[MATERIAL FOR THIS EXERCISE]

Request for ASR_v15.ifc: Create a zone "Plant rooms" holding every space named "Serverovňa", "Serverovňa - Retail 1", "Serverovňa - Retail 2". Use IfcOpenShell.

First a look at what the model holds.

```python
import ifcopenshell

model = ifcopenshell.open("ASR_v15.ifc")
print(model.schema)
seen = {}
for space in model.by_type("IfcSpace"):
    seen[space.LongName] = seen.get(space.LongName, 0) + 1
for name, count in sorted(seen.items(), key=str):
    print(count, "x", name)
print("zones:", [z.Name for z in model.by_type("IfcZone")][:20])
```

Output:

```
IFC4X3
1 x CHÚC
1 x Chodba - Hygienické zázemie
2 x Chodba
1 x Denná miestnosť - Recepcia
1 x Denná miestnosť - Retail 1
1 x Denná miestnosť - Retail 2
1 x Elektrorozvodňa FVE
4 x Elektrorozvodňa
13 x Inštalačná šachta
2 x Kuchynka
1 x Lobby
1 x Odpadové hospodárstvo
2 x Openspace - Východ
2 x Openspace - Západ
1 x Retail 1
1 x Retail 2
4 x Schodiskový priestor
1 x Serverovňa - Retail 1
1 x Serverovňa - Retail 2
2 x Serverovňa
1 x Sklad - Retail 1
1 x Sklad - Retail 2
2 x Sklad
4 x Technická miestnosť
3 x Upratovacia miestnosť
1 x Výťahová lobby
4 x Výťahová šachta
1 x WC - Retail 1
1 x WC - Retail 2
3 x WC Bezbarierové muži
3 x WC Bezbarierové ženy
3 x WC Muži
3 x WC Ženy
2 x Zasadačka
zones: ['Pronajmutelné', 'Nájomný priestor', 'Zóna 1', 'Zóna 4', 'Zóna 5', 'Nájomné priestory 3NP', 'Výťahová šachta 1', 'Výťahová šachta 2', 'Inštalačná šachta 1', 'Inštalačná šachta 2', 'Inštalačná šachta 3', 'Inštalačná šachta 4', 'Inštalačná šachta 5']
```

```python
import ifcopenshell
import ifcopenshell.api.group
import ifcopenshell.api.root

model = ifcopenshell.open("ASR_v15.ifc")

names = {"Serverovňa", "Serverovňa - Retail 1", "Serverovňa - Retail 2"}
spaces = [s for s in model.by_type("IfcSpace") if s.LongName in names]

zone = ifcopenshell.api.root.create_entity(model, ifc_class="IfcZone", name="Plant rooms")
ifcopenshell.api.group.assign_group(model, products=spaces, group=zone)
print(len(spaces), "spaces in", zone.Name)

model.write("ASR_v15_v2.ifc")
```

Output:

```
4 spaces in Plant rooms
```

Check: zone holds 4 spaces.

[/MATERIAL FOR THIS EXERCISE]

• [GOAL OF THE EXERCISE]
Provide the count of lines above that contain "Chodba", without any other words.

• [OUTPUT]
2